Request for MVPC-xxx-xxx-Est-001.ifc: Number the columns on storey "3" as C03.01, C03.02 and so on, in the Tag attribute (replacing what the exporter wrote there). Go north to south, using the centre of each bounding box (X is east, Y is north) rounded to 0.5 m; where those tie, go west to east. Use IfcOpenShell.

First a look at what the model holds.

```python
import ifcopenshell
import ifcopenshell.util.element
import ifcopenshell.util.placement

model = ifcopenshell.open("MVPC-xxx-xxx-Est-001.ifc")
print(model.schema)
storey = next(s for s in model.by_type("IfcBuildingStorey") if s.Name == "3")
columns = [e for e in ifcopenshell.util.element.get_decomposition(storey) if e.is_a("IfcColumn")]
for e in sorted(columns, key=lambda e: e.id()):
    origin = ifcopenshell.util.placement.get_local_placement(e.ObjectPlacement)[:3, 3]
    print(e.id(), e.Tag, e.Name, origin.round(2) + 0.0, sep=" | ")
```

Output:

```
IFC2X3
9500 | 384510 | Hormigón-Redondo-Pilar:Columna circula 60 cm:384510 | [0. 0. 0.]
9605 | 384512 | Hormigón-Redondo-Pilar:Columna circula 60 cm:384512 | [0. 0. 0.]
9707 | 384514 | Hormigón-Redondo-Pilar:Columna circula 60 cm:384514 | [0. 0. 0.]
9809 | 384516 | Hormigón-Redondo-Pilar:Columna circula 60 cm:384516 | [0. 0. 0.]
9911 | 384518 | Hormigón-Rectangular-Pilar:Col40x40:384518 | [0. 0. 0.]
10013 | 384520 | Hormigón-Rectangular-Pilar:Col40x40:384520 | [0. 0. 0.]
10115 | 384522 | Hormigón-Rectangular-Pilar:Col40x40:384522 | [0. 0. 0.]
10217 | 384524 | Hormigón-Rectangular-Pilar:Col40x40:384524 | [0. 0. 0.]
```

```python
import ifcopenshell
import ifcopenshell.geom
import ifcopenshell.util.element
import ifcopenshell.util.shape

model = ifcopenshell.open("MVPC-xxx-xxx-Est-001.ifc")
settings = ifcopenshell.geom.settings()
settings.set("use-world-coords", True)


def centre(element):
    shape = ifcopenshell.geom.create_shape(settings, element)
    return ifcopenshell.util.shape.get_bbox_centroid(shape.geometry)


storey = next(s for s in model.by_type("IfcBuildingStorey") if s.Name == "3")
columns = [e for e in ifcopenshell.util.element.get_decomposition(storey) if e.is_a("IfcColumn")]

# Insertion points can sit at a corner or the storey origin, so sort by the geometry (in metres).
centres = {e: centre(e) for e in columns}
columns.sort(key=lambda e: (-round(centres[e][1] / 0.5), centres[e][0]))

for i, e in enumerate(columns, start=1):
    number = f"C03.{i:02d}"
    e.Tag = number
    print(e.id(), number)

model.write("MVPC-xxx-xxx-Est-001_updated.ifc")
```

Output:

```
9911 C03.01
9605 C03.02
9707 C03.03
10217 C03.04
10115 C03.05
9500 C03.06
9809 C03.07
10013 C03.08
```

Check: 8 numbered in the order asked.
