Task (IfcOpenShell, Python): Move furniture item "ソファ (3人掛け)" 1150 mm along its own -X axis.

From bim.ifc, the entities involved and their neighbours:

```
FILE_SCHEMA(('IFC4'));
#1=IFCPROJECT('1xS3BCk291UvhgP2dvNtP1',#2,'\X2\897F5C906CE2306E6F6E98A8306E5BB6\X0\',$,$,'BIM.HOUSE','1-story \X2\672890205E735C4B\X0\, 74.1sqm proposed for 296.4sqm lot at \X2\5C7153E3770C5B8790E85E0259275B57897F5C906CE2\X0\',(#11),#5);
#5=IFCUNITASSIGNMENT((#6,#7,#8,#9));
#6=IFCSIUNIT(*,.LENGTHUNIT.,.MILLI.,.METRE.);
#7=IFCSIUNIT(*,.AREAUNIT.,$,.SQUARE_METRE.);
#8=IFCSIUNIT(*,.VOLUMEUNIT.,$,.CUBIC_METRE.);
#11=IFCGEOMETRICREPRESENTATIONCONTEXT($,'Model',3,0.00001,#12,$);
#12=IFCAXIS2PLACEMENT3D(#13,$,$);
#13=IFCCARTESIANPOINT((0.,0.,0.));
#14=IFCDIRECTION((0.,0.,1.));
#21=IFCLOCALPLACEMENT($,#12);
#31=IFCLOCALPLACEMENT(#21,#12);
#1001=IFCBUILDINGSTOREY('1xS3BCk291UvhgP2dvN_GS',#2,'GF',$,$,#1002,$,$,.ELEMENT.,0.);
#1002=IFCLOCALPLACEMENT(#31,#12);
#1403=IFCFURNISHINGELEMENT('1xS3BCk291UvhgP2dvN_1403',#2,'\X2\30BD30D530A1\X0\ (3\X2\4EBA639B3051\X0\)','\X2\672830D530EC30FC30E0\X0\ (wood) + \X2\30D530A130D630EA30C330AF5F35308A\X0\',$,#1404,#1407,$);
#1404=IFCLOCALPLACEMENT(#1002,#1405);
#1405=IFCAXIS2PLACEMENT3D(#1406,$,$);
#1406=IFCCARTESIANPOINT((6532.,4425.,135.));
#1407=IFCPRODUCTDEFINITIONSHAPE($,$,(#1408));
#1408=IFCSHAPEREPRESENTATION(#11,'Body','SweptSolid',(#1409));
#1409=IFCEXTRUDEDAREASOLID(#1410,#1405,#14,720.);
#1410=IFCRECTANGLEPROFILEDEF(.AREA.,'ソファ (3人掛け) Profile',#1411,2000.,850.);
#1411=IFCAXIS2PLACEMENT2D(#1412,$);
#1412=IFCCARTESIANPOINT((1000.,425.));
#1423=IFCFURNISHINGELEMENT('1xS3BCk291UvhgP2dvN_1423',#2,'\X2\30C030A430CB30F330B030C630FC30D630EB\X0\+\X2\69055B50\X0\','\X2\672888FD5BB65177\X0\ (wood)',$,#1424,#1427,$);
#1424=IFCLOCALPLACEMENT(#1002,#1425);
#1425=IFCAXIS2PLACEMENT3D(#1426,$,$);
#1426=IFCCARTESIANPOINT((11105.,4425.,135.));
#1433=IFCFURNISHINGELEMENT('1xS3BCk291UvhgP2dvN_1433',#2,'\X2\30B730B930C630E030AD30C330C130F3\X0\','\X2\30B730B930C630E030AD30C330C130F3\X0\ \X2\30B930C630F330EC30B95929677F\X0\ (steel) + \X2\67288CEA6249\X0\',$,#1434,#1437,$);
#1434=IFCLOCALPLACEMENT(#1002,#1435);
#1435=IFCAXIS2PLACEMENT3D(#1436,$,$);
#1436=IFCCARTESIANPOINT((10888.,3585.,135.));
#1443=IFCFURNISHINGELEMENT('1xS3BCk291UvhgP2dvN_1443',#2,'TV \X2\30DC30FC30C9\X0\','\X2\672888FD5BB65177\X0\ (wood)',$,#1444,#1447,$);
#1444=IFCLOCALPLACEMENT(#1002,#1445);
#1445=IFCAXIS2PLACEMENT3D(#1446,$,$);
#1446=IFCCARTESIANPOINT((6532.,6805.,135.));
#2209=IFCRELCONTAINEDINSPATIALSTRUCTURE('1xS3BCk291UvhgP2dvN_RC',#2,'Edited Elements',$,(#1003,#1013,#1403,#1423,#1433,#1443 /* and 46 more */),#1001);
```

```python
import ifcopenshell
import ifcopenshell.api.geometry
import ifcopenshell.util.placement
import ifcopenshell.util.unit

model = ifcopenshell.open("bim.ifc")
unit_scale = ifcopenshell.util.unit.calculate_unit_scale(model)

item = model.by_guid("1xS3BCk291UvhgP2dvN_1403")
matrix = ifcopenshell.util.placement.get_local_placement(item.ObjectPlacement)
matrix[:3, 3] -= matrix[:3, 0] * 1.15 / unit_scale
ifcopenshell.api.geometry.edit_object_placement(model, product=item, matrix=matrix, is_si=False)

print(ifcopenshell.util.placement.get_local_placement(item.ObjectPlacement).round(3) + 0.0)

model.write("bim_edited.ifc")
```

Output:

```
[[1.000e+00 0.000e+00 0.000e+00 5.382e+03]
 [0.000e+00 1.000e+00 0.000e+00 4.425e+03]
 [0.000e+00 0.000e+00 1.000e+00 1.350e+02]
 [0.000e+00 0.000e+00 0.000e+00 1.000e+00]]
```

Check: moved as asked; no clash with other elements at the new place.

● **Problem description**
Lines above that include the string "Check" need to be copied.

● **Solution below**
Check: 8 numbered in the order asked.
Check: moved as asked; no clash with other elements at the new place.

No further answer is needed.